If the second version of the XFL lasts one full season, it will beat the Alliance of American Football. If it lasts more than one season, the XFL will outlast its first iteration, which played one season and that was it.
And if XFL 2.0 lasts more than three seasons, it will be the most successful competitor to the NFL since the American Football League more than 50 years ago. The bar is not high for startup football leagues in the United States.
The first weekend followed a familiar script. There were reports about strong ratings. There was positive energy. It was good to see football after the Super Bowl is done.
And here’s something else that’s familiar: We wait to see if the second week and beyond can be successful.
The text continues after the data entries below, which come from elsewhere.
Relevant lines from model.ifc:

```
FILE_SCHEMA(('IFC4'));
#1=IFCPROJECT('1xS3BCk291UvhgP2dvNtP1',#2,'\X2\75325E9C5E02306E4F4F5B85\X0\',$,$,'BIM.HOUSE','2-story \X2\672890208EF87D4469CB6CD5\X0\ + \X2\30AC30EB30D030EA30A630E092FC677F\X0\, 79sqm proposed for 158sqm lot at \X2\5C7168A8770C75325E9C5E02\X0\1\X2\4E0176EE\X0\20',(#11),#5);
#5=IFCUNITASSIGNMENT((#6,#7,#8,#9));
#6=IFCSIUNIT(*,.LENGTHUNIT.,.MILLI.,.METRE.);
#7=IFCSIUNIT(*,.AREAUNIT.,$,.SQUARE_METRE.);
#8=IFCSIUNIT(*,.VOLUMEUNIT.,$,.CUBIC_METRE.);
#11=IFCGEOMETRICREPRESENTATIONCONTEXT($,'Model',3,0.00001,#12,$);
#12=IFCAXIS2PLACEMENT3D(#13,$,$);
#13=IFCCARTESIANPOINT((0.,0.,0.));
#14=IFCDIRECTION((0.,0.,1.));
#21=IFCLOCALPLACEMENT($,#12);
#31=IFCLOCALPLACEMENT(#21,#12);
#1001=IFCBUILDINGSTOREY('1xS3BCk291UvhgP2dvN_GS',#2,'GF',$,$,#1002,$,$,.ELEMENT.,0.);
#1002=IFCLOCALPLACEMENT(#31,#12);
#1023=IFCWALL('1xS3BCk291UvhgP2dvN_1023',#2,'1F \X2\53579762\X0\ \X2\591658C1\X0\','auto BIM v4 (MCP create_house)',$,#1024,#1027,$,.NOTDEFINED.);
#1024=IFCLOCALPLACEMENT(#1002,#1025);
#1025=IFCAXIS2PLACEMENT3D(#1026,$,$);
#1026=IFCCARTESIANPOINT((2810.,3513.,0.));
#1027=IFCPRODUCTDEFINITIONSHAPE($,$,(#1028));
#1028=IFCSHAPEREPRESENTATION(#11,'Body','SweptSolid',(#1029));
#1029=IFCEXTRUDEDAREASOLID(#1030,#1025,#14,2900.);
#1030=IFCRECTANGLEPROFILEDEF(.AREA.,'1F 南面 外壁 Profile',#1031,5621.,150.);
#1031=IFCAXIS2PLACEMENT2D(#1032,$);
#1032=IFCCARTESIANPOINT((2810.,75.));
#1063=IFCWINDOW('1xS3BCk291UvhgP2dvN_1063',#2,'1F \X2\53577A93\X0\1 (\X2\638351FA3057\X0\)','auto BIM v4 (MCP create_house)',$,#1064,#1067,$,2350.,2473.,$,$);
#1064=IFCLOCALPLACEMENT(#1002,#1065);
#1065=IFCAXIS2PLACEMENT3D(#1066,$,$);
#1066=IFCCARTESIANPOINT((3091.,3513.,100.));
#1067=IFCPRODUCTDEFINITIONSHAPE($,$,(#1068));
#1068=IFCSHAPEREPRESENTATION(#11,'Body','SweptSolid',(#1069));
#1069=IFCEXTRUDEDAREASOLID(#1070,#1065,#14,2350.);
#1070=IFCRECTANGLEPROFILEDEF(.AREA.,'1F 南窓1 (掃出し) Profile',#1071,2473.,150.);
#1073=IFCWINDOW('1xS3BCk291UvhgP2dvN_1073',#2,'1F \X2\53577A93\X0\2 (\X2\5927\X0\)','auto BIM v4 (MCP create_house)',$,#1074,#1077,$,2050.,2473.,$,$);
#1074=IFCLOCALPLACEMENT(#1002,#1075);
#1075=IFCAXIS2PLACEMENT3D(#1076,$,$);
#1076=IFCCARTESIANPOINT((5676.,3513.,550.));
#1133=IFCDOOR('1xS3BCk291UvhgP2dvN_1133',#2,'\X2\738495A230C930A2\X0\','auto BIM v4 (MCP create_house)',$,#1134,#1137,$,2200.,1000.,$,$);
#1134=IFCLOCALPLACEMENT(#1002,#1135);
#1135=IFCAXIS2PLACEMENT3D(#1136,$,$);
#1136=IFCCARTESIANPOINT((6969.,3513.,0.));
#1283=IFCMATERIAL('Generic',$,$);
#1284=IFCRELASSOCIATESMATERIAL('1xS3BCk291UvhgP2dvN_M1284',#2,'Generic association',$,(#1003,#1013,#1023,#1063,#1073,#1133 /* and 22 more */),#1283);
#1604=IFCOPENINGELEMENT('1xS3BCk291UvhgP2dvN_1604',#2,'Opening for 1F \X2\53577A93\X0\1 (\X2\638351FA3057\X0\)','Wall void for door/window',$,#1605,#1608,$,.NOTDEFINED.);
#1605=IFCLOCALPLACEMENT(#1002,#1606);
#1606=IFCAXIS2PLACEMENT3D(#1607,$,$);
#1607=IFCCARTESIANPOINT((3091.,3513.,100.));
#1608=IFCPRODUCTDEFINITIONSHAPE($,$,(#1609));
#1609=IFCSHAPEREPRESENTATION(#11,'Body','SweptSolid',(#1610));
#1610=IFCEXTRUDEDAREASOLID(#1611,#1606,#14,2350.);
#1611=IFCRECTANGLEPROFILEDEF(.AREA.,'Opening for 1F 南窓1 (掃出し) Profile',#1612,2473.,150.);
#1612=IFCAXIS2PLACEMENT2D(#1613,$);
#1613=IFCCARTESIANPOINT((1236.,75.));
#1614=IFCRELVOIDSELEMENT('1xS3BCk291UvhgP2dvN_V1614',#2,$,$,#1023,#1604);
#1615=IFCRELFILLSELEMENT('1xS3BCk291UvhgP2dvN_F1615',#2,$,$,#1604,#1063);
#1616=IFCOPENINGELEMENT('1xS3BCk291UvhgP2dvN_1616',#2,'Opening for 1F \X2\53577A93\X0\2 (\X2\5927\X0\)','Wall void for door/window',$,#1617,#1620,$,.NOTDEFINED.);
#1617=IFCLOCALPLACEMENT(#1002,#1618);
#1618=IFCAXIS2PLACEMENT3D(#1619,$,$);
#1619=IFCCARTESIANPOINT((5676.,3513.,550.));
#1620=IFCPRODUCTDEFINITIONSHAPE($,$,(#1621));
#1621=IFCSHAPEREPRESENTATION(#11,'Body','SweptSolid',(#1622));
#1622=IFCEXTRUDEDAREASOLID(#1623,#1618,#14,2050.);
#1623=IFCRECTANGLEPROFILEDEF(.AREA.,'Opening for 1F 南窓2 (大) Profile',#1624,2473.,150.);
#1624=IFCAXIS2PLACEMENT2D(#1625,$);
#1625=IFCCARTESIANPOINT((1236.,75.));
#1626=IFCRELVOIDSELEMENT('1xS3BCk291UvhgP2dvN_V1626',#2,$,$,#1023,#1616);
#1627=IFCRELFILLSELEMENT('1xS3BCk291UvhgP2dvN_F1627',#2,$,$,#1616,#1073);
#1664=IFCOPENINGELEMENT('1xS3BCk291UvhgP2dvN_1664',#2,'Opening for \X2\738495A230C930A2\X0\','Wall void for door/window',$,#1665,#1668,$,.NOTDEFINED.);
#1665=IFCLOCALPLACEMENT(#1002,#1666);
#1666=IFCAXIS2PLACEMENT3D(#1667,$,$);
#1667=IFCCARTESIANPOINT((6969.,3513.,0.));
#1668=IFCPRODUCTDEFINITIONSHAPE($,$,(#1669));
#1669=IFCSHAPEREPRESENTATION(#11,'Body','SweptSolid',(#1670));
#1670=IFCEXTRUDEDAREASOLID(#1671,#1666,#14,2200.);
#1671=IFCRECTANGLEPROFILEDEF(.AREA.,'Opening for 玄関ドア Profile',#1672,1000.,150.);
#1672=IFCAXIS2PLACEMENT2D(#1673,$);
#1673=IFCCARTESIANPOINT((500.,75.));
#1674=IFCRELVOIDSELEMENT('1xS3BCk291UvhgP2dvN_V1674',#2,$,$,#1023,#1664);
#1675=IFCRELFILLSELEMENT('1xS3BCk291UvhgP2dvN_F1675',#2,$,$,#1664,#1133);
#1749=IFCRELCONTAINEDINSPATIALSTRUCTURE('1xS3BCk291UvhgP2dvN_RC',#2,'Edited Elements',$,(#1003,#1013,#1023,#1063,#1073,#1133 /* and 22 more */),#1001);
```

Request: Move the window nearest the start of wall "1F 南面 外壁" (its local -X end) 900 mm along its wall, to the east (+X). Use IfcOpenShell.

```python
import ifcopenshell
import ifcopenshell.api.geometry
import ifcopenshell.util.placement
import ifcopenshell.util.unit

model = ifcopenshell.open("model.ifc")
unit_scale = ifcopenshell.util.unit.calculate_unit_scale(model)

window = model.by_guid("1xS3BCk291UvhgP2dvN_1063")
opening = window.FillsVoids[0].RelatingOpeningElement
wall = opening.VoidsElements[0].RelatingBuildingElement

wall_matrix = ifcopenshell.util.placement.get_local_placement(wall.ObjectPlacement)
shift = wall_matrix[:3, 0] * 0.9 / unit_scale
before = ifcopenshell.util.placement.get_local_placement(window.ObjectPlacement)[:3, 3].copy()

# The window is not placed relative to its opening, so move both.
for product in (opening, window):
    matrix = ifcopenshell.util.placement.get_local_placement(product.ObjectPlacement)
    matrix[:3, 3] += shift
    ifcopenshell.api.geometry.edit_object_placement(model, product=product, matrix=matrix, is_si=False)

after = ifcopenshell.util.placement.get_local_placement(window.ObjectPlacement)[:3, 3]
print("window moved by", (after - before).round(3) + 0.0)

model.write("model_v2.ifc")
```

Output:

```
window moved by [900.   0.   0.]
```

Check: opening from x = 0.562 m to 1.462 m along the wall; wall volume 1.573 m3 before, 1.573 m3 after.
Ratings, attendance pretty good for XFL
One thing that stood out about the XFL’s first weekend was that all four games were on major networks. There were two games on Fox, and one each on ESPN and ABC.
And early ratings returns were good, but that’s no surprise. Every new football league has a lot of eyeballs on the opening weekend. There’s a curiosity factor and people don’t want football to end. All four XFL games had an announced attendance between 17,000-18,000, which is fine.
For some reference on the XFL’s ratings, the AAF got 2.9 million viewers for its first game on CBS and that was considered a huge win.
Being on the major networks is huge. In Week 2, two games will be on ABC, one will be on ESPN and the final one is on Fox Sports 1. It adds legitimacy to the league.
Week 1 was a good start. Now can the league build on that foundation?
XFL has a solid beginning
The XFL promised an up-tempo, fun and fan-friendly league. There were a lot of passes, which is good, but it probably fell a little short of the high-flying league that executives were hoping for. It was also the first game together for all these players, and presumably it will get better.
The XFL didn’t have great games in Week 1, though that isn’t entirely in their control. The Saturday games were reasonably competitive, and the Sunday games lagged a bit. St. Louis’ 15-9 win over Dallas on Sunday won’t go in a time capsule.
But it was football. And considering the next NFL game that counts isn’t until Sept. 10, that was enough for many people.
The XFL will have to produce good football. They’ll need to create some stars, especially at quarterback (Cardale Jones perhaps?), because big names are necessary for all sports. And there can’t be any behind-the-scenes business or financial catastrophes brewing, which doomed the AAF.
But it was a good start for the new XFL. That was the easy part.